Cesena. Il condominio esplosivo del gruppo teatrale del Liceo Righi al teatro Bonci

Ieri 29 maggio, quarto spettacolo in concorso. Oggi, sabato 30 maggio, chiusura con l'istituto Versari Macrelli

Ieri sera è andato in scena al teatro Bonci il quarto dei cinque spettacoli in concorso per il festival di teatro e scuola Elisabetta Turroni. Oggi in scena il Versari Macrelli con la regia del cesenate Giacomo Garaffoni, poi il concerto della Big Band del Liceo Musicale Lucio Dalla di Bologna e, al termine, le premiazioni

Cinque piani

Uno spettacolo corale, ritmato, divertente, che ha qualcosa da dire. Ieri sera in un teatro Bonci pieno e generoso di risate e applausi, il gruppo teatrale del Liceo scientifico Righi di Cesena ha messo in scena “Cinque piani”, lavoro guidato dai professori Anna Teresa Vitariello e Marcello Brondi,  con la collaborazione degli ex studenti Alessio Trivigno, Ginevra Gentili, Giuseppe Bucca e Daela Hasa. In platea famiglie, studenti, docenti e la dirigente scolastica Lorenza Prati.

Si trattava del quarto dei cinque spettacoli in concorso al Festival di teatro e scuola Elisabetta Turroni in corso al teatro Bonci.

Le nevrosi dei condomini

Lo spettacolo, il cui testo originale è nato dal laboratorio teatrale che gli studenti hanno svolto nel corso dell’anno, anche lavorando sull’improvvisazione, racconta le nevrosi del presente attraverso la vita di condominio.
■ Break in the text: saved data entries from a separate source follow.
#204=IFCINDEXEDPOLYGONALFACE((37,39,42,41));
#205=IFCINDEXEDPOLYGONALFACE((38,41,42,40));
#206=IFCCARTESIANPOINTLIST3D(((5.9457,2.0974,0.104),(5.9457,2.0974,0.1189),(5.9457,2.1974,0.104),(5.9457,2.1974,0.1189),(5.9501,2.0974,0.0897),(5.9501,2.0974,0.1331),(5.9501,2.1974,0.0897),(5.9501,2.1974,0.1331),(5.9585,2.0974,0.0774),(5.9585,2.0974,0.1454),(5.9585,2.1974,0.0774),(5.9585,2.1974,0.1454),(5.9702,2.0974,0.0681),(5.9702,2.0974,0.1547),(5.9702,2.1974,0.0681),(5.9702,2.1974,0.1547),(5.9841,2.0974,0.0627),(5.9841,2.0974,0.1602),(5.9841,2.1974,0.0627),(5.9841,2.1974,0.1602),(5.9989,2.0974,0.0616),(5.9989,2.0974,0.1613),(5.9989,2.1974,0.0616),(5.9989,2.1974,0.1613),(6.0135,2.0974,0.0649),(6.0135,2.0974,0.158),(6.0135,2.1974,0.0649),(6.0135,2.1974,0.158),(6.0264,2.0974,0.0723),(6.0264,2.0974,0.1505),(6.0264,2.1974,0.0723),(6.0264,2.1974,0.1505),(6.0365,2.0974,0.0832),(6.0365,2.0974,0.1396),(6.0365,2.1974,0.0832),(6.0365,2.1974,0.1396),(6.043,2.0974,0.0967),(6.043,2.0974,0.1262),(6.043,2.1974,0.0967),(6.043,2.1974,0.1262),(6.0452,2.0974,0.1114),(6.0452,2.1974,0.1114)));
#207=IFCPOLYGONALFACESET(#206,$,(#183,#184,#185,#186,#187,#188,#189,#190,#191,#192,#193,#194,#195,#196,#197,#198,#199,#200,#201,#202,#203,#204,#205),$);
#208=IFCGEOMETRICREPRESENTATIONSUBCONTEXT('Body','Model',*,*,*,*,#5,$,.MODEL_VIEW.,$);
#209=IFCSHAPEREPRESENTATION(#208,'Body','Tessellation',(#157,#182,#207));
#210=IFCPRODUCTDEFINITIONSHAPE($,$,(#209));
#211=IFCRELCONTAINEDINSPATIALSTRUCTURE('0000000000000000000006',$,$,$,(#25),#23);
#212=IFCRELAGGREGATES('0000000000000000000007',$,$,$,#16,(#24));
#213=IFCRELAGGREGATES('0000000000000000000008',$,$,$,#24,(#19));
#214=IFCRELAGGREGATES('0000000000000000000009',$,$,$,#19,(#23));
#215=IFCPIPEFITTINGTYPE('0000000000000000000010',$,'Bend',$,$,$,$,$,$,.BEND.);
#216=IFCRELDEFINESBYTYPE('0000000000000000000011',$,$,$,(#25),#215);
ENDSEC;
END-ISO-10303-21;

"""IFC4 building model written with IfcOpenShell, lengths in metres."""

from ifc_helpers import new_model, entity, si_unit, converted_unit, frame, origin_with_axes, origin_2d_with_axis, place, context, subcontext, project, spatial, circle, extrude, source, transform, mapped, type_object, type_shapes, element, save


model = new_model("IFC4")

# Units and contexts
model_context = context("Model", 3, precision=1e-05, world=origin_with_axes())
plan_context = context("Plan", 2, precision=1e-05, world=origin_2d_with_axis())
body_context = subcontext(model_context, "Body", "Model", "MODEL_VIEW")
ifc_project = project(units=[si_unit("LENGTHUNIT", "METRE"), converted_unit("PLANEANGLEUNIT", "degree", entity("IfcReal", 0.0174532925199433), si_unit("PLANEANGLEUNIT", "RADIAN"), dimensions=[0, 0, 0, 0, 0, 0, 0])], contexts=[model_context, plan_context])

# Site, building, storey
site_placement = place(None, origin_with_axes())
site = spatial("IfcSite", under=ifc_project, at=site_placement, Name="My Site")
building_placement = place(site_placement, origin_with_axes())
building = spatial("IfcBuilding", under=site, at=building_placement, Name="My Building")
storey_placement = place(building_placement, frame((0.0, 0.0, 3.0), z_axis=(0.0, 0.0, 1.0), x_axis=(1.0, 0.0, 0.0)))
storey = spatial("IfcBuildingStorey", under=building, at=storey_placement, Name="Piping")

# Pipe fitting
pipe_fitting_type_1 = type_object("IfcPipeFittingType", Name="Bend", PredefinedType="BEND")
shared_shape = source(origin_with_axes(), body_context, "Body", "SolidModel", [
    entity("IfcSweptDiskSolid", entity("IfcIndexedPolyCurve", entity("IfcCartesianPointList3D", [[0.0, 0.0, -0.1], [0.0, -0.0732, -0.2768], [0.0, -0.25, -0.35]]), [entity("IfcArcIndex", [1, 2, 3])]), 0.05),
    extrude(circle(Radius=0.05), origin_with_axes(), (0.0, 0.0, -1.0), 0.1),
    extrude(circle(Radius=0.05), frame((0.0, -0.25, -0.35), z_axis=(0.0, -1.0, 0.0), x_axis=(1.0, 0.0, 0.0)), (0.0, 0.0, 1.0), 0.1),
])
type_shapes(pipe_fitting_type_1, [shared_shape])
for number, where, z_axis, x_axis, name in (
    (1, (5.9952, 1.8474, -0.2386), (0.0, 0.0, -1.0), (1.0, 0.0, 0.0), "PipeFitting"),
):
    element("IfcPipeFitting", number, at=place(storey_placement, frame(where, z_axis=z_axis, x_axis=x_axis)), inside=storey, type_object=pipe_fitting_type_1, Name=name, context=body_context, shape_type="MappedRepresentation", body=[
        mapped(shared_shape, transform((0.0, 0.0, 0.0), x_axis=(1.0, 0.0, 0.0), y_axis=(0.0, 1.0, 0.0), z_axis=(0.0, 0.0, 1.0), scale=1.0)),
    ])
Tanti quadri, sia narrativi che scenografici, la cui successione perfettamente ritmata ha scandito il tempo della messa in scena, tenendo sempre alta l’attenzione, il divertimento e la provocazione sui temi di oggi: l’iper connessione, l’”adultità” smarrita, l’adolescenza gravata dal compito di salvare il mondo e l’adolescenza sola, la vecchiaia, la solitudine imperante in un racconto sempre corale, mai solitario nemmeno in occasione dei brevi e intensi monologhi.
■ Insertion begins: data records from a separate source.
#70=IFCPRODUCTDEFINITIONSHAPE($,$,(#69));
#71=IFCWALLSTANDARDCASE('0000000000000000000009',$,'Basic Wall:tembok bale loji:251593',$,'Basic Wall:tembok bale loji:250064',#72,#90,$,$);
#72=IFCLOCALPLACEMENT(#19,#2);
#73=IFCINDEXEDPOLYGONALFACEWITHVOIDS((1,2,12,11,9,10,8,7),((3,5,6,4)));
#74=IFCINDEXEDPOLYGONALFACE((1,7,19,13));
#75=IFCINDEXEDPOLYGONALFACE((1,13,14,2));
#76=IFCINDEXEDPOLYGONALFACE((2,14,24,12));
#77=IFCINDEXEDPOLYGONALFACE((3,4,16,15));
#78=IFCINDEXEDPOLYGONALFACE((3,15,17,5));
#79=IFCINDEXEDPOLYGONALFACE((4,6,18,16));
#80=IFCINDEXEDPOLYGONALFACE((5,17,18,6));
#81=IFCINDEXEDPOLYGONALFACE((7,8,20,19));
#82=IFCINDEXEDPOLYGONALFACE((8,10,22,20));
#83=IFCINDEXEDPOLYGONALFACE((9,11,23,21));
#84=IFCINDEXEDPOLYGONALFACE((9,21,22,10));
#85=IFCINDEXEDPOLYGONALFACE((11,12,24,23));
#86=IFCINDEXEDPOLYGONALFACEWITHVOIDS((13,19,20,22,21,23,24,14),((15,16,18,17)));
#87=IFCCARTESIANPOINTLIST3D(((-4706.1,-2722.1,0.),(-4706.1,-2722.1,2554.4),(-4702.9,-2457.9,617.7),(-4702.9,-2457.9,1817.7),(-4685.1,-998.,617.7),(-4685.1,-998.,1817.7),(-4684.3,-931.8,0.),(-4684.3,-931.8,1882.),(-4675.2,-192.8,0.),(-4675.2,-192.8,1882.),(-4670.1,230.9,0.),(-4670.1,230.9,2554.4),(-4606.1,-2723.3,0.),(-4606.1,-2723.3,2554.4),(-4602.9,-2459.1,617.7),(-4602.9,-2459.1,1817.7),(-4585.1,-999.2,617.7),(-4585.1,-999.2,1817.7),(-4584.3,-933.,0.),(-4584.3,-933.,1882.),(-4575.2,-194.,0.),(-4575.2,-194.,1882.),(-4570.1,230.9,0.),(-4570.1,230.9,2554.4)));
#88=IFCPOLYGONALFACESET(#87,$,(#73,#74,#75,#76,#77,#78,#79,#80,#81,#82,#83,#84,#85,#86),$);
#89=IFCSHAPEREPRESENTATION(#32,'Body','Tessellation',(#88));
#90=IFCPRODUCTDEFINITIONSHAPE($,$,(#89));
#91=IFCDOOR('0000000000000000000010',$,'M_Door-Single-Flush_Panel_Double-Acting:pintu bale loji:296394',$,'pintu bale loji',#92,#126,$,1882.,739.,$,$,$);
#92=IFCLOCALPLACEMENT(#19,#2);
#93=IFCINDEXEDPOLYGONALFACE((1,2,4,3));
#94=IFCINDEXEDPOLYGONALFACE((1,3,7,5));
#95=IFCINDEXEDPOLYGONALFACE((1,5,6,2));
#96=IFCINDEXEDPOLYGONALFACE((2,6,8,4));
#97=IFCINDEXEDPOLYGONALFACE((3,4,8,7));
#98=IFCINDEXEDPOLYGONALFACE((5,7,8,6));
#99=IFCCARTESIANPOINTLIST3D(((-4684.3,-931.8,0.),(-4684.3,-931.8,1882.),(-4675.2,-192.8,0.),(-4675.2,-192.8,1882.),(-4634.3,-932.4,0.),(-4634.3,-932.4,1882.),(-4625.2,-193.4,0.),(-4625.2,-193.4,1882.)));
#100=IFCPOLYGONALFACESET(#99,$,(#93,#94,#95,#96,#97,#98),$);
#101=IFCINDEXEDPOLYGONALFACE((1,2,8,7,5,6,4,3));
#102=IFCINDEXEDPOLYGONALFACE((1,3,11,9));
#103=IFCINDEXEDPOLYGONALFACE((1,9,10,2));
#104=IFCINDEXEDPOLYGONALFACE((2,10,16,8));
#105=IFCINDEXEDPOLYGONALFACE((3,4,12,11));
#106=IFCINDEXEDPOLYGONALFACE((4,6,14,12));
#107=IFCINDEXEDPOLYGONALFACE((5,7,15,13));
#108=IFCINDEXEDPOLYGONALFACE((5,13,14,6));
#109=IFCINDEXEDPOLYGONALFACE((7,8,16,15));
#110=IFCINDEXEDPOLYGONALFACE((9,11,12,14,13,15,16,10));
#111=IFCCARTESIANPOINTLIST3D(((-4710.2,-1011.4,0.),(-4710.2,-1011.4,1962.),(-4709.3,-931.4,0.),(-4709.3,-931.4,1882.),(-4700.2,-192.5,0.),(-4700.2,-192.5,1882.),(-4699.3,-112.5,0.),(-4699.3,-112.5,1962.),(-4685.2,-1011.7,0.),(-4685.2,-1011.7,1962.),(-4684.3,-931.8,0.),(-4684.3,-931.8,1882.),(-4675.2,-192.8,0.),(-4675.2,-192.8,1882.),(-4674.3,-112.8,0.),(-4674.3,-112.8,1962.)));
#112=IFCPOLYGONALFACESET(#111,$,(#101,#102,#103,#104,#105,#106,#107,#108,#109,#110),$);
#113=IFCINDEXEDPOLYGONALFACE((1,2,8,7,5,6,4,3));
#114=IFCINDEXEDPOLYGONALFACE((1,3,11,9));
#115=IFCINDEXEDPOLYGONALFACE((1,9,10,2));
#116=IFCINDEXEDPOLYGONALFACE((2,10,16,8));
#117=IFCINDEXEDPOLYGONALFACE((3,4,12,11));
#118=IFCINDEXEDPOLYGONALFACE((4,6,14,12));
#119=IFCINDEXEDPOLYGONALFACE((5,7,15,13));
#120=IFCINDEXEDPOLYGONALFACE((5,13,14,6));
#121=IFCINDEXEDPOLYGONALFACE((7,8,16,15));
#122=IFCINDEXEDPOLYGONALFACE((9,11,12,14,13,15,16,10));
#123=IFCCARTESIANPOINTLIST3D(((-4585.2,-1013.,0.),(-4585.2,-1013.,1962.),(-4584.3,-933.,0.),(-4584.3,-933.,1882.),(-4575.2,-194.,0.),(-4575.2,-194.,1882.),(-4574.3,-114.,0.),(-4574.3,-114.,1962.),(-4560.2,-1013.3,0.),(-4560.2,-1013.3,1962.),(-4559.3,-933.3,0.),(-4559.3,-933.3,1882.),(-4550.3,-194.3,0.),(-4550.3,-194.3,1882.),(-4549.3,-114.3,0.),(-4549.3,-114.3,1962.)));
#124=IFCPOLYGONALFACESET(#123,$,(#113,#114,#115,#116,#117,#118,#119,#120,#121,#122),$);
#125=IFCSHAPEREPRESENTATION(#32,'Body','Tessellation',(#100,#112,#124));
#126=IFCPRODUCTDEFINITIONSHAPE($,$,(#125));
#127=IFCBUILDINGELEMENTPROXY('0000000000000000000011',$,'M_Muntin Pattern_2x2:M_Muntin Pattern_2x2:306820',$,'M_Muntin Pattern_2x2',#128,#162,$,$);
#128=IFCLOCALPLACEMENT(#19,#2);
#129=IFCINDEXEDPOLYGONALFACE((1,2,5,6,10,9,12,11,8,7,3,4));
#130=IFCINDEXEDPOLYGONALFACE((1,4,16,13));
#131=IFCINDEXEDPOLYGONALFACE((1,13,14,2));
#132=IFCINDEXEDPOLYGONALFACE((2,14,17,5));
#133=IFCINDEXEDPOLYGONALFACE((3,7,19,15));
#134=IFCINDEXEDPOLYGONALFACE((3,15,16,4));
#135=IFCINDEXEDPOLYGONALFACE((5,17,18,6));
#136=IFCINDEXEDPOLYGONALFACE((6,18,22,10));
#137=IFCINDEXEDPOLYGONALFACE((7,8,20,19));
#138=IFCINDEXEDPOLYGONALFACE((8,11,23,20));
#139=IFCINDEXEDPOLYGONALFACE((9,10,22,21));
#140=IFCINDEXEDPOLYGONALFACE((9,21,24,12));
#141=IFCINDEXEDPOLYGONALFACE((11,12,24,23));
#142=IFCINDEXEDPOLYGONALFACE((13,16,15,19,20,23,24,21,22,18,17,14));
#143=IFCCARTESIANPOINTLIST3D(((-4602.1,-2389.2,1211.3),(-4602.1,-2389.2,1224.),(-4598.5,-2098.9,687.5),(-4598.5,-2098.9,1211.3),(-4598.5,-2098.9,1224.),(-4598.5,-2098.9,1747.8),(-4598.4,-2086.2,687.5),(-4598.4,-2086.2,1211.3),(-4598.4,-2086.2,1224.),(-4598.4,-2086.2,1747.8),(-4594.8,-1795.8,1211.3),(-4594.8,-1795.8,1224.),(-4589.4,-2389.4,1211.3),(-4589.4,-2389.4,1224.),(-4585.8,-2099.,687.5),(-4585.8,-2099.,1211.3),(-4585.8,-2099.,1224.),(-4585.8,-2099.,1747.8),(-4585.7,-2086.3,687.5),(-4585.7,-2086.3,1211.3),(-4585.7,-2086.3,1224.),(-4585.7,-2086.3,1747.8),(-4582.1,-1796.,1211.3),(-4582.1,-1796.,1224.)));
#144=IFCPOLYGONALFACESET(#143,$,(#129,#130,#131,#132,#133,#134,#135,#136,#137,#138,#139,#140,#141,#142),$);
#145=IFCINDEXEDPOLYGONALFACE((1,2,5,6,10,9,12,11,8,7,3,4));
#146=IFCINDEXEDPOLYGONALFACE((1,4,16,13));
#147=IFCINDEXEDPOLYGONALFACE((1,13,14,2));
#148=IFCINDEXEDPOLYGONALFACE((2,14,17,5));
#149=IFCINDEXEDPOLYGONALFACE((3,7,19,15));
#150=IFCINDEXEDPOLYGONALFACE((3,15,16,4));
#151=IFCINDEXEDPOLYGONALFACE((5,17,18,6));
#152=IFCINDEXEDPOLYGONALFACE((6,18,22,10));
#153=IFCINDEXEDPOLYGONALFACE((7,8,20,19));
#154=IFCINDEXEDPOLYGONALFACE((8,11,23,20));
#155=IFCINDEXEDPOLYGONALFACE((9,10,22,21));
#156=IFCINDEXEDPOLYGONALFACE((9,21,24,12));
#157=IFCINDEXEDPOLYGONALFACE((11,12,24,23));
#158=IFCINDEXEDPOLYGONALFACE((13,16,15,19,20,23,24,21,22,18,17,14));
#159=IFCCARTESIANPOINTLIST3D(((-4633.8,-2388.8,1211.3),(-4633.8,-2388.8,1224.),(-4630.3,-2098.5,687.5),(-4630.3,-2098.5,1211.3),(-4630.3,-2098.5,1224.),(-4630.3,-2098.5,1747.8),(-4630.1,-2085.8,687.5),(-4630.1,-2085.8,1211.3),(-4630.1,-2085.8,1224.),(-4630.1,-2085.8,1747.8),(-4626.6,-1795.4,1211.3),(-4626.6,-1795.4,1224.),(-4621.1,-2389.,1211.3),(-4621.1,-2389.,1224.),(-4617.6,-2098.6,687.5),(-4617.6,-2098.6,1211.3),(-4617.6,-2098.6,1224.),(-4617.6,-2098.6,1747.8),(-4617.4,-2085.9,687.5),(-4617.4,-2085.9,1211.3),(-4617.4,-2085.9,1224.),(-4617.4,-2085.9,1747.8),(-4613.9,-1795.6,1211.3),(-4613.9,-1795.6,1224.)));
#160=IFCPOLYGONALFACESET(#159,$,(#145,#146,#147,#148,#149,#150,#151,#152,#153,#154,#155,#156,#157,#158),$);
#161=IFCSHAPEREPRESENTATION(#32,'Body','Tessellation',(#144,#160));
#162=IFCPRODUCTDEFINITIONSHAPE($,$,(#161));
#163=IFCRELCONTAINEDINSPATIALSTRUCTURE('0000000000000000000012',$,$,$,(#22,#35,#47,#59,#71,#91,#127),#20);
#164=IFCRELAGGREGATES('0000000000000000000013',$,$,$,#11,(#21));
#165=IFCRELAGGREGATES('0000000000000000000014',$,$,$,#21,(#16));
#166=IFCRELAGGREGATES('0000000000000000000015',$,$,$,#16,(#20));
A commentare le scene, gli sfondi affidati ai bei ritratti fotografici “parlanti” dei giovani attori e un parlare intercalato dai neologisimi delle generazioni Zeta e Alpha, dal francese e dall’italiano musicale degli immigrati, dal fraseggio controllato della famiglia buona e così via, in una specie di ratatouille linguistica, anche un po’ metafora del caos moderno in cui gli unici capaci di tenere la barra dritta sembrano essere i camerieri e i portinai che abitano i piani di servizio.

Una gran bella prova, per ridere e far ridere dei conflitti e delle fragilità di questo mondo in cui, per quanto tiriamo su pareti e mettiamo porte, restiamo – volenti o nolenti – sempre connessi, anche quando salta la luce.  

Oggi in scena l’istituto Versari Macrelli poi le premiazioni

Da non perdere l’appuntamento di chiusura oggi, sabato 30 maggio, alle 20 con  Bird of prey. Concerto per i rapaci dell’Istituto Versari Macrelli: diretto dal regista e autore cesenate Giacomo Garaffoni (che cura anche scene, luci e costumi) e con le musiche originali di Filippo Aletti, Gloria Galassi (docente responsabile del progetto scolastico) e Bianca Zontea, lo spettacolo cerca di fotografare una condizione irripetibile della vita, quella dell’adolescenza.

A seguire, suona la Big Band del Liceo Musicale Lucio Dalla di Bologna, diretta dal sassofonista Marco Ferri. Al termine, si terrà la premiazione dello spettacolo vincitore, scelto da dieci studentesse e studenti degli istituti superiori di Cesena guidati da Michele Di Giacomo (nell’ambito del percorso Pcto di formazione dello sguardo sulle arti sceniche), affiancati dagli assessori Camillo Acerbi e Maria Elena Baredi, da Franco Pollini, dalla docente Lina Gallina dell’Istituto Garibaldi/ Da Vinci e da Silvia Sigalotti per ERT / Teatro Nazionale.